My guess is that we would also see these wherever "Portuguese" settled, including in Sulawesi, East Timor, Macau, Goa and Sri Lanka, and maybe Mozambique and Angola, not just the New World which had thousands of such "Portuguese" (a euphemism for Crypto-Jews) in Mexico, Columbia, and Peru as well as Brazil. All these people seem to be well aware of this, including people from Sulawesi, the Philippines, Sri Lanka, Turkey, Poland, and all over Latin America. There was even a rather massive back-migration from the Americas when Recife was conquered by the Portuguese Empire from the Dutch in 1654, when 5000 Jews barely escaped with their lives. (Or were deliberately let go?) We know many other Crypto-Jews from the Americas fled to Amsterdam and Salonika and were burned in effigy. There's no saying that these did not have local admixture, including Amerindian admixture. The Jews in general were not obsessed by "Race" in the way that the "blue-blooded Spaniards" were. "Race" wasn't a religious concept in Judaism, and anyway, Jews didn't qualify as "pure" under "Limpieza de Sangre" just as much as Native Americans and Africans didn't either.

10. Of course, the low-level African and Native American ancestry in England, Iberia, and elsewhere. I suspect that the Native American admixture might also be found in North Africa, where there was a very active trade in exotic slave women. There were also Native American soldiers in "Mexico City" in the Philippines near Manila.
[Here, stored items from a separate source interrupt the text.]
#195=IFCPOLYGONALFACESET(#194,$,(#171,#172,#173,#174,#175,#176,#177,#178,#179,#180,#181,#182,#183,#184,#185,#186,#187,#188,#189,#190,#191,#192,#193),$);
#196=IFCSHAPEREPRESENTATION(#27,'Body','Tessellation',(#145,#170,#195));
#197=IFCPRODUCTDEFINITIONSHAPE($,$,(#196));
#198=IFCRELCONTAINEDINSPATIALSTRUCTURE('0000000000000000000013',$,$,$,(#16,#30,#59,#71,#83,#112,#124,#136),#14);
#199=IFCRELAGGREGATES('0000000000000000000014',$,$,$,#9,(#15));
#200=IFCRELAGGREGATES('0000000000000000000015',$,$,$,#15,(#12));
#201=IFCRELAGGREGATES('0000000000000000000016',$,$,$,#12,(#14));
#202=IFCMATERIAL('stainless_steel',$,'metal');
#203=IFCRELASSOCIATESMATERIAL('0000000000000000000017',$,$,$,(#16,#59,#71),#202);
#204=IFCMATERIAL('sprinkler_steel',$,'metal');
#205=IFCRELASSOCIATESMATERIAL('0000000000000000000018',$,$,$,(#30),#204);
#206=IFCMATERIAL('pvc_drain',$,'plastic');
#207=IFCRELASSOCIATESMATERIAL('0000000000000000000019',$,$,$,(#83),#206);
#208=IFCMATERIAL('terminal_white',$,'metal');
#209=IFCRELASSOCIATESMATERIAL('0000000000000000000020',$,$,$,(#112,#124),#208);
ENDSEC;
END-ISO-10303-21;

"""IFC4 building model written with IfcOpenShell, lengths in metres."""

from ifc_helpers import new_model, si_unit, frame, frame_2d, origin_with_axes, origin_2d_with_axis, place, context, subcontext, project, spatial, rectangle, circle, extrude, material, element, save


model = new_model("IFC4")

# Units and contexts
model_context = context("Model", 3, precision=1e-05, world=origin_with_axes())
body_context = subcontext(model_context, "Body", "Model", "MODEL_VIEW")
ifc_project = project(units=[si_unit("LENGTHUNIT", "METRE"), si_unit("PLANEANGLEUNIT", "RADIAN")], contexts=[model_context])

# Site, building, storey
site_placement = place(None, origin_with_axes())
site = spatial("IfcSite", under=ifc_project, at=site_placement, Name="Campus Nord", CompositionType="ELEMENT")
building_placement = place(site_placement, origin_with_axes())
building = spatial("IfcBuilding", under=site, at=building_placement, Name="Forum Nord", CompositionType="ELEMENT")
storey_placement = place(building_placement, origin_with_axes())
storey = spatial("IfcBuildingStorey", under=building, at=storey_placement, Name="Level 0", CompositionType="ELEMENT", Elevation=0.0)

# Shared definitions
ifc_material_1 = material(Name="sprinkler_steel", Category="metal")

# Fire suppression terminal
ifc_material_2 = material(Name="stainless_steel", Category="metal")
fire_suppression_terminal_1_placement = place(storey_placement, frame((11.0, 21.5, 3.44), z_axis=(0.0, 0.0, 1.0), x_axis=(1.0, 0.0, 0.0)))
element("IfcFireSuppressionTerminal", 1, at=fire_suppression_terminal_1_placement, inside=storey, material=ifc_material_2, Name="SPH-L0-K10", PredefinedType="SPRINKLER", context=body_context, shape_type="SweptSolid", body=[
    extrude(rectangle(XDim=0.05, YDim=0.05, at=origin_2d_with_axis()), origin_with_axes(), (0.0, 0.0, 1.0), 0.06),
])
The point is, before you consider what's strange and "makes no sense", think about what's archaeologically and historically possible, or likely, and what we already see from the Y and mtDNA evidence.

Paul Ó Duḃṫaiġ said...

If you ask me it's not "North Atlantic" that's eating up the "West Central Asian" component but Mediterranean. If you look at the combined french sample (HGDP + Eurogenes submissions) you see that the "Western European" component was 53.48% let the "North Atlantic" was 47.77%.

Mediterranean came in at 37.24% in K=12. My feeling is that most of reduction in "Southwest Asian" (-7.91%), "West Central Asian" (-3.38%) and Caucasus (-3.21%) went to this Mediterranean compont. However those only add up to about 14.5% which would imply that the rest of the Med component probably came from "Western European", however it's only down -5.72% (if comparing to "North Atlantic" in K=12)
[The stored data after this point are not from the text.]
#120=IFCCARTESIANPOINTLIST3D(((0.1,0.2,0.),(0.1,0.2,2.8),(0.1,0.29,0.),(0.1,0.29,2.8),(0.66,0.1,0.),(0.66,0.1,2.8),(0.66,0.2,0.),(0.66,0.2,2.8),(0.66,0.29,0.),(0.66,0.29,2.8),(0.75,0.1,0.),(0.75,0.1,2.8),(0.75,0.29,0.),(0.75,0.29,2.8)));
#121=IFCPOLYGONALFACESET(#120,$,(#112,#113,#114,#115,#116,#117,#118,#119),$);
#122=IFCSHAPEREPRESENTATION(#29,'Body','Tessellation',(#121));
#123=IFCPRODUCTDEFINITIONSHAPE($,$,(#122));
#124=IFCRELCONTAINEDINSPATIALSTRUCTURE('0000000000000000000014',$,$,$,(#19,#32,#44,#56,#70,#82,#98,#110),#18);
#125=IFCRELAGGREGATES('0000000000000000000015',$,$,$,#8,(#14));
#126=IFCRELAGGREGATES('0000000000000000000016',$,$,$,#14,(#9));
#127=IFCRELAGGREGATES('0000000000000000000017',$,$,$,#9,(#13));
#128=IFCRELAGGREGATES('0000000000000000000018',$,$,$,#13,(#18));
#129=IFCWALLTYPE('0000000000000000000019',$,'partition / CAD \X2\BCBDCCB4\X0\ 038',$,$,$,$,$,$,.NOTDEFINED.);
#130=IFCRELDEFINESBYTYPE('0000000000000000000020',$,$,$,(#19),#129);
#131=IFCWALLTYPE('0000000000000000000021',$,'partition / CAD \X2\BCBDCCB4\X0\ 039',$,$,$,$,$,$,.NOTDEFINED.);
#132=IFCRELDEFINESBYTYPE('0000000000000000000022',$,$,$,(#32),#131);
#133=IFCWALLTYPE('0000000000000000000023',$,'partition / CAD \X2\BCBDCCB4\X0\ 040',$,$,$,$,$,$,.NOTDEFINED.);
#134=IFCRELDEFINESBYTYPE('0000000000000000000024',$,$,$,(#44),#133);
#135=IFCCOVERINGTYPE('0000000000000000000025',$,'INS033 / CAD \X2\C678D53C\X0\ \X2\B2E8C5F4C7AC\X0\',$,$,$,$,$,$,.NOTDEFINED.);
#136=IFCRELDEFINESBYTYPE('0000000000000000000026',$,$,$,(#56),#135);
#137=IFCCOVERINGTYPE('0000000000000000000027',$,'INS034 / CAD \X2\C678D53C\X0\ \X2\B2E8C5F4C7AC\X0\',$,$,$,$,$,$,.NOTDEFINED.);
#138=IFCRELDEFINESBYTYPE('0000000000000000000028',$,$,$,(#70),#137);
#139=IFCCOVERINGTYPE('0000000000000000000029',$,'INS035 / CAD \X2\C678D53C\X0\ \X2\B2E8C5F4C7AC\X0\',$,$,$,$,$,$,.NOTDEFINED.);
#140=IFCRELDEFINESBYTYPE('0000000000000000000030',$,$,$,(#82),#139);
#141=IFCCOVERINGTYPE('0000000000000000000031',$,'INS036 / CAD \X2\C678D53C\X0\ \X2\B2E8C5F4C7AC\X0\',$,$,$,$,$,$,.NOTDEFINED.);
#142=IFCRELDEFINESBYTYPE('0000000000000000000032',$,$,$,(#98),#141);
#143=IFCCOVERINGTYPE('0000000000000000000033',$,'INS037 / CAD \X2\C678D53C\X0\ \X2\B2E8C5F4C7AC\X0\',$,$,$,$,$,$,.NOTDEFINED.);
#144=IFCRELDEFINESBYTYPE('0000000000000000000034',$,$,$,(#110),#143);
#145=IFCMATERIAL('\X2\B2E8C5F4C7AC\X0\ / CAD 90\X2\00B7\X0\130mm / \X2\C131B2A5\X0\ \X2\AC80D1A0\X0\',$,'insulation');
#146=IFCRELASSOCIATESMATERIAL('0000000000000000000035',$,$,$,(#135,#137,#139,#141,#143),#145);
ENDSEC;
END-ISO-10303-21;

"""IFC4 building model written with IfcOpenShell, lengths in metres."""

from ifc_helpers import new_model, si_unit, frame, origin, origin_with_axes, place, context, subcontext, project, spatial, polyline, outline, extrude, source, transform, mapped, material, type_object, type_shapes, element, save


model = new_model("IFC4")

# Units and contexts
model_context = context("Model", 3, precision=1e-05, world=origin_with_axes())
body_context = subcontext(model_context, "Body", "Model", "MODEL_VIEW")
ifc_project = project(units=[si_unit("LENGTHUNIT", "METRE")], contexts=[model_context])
If you ask me "North Atlantic" absorbed most of what was previously "Baltic" in the French sample. However it lost a big chunk of the previous "Western European" component to "Mediterranean".

One only has to look at the averages for the Irish. Baltic crashes from an average of 29.77% to 2.66% (-27.11 change), let the change in "North Atlantic" versus "Western European" is only 10.45%, this implies to me anyways is that big chunk of Western European ended up in Med component among the Irish. Likewise the Med component caused a big decrease in likes of West Central Asian among the Irish (and others)
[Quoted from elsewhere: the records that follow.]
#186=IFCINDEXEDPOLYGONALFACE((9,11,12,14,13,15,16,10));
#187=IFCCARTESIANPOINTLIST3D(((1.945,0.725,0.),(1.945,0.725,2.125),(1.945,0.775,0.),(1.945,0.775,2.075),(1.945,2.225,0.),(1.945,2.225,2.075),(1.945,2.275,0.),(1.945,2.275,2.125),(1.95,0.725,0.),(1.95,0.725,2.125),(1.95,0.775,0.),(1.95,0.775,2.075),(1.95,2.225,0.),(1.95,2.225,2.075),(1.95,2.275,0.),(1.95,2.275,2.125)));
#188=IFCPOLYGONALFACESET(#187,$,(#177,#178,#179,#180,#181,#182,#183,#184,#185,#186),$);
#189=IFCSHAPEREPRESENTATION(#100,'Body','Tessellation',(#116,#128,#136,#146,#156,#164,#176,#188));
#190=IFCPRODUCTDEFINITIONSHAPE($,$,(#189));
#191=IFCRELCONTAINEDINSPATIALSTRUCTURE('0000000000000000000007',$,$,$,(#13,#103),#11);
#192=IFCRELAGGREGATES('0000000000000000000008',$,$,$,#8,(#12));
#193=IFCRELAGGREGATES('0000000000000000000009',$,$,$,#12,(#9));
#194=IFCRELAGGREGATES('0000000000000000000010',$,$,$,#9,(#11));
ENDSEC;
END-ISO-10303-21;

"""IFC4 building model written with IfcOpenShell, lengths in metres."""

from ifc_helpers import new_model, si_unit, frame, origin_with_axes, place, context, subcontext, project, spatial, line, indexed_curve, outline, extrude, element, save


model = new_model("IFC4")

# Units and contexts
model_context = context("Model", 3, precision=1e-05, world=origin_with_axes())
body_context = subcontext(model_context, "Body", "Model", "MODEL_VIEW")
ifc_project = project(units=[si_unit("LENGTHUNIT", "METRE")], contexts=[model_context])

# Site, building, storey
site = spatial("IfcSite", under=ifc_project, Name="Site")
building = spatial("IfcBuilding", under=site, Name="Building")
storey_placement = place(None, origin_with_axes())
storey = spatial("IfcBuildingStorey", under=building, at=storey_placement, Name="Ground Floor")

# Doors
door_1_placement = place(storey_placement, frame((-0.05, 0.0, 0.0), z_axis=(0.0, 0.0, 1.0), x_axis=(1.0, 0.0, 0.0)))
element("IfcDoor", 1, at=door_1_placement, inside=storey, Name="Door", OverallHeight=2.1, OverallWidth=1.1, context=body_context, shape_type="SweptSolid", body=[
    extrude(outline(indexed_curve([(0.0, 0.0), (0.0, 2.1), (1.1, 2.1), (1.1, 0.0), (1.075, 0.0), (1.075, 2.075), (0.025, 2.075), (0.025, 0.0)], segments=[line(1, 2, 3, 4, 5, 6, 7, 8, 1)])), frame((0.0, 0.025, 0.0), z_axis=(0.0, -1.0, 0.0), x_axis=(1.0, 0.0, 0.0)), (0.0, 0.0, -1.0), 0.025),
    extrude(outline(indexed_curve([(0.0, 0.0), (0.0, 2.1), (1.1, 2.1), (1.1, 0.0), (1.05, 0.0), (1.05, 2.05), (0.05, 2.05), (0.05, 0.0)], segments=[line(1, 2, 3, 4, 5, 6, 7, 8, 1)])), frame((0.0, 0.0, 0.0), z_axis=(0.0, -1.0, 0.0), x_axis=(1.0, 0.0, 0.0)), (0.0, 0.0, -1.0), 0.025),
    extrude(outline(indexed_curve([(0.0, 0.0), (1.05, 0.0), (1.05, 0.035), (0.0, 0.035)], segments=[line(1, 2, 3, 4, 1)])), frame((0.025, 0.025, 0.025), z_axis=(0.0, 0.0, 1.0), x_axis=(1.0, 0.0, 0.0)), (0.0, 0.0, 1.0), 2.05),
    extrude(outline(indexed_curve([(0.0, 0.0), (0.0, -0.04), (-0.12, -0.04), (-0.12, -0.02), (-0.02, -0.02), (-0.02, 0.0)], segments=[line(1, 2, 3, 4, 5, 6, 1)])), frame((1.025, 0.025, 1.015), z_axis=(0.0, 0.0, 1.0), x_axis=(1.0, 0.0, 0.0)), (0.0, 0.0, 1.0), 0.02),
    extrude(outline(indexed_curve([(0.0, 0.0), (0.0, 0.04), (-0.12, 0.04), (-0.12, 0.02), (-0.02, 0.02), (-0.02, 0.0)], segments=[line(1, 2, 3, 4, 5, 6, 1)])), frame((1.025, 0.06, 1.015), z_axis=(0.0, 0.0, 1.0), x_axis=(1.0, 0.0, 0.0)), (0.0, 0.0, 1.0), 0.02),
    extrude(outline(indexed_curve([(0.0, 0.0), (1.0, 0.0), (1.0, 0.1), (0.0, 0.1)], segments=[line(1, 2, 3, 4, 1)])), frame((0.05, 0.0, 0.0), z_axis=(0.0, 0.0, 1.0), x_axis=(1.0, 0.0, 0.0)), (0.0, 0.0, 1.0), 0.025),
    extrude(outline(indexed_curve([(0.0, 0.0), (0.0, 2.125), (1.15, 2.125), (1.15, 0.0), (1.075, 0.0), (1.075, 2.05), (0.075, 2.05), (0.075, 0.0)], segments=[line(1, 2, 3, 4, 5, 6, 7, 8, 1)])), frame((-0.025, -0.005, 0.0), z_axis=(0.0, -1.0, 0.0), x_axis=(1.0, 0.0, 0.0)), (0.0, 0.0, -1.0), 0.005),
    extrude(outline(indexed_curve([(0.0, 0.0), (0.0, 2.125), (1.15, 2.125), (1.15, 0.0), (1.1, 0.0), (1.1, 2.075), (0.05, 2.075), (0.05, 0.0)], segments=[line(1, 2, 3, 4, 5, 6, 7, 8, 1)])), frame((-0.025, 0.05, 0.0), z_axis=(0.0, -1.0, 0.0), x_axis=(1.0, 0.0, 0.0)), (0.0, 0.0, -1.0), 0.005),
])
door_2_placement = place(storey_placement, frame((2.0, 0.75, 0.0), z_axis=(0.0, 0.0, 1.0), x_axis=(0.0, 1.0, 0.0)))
Perhaps a better title for "North Atlantic" would be "North-West European", likewise Baltic would be "North-East European"

More then likely as you add extra components you will end up spilting the Mediterranean component into a "West Europe" and "East Med"

pconroy said...


My father has a distant relative from Guatemala who is supposedly 100% Mayan. His daughter tested him and found his Y-DNA was I1, and he has 5 relatives in Ireland and 2 in Scandinavia. So it would seem the connection was with some Viking or Norman influenced Irishman.
One name comes to mind that fits the bill, he was an Irishman from Wexford (heavily Viking/Norman), a spy, a linguist, a polymath, a soldier and the drafter of the FIRST Proclamation of Independence in the Americas, he was none other than William Lamport:

Better known by the acronym, "El Zorro" (the fox)

Gestr said...

I would like to ask something: I made the K12 test, and i have 15% caucasian. What does it mean? What type of genetics (haplogroups?) has the caucasians?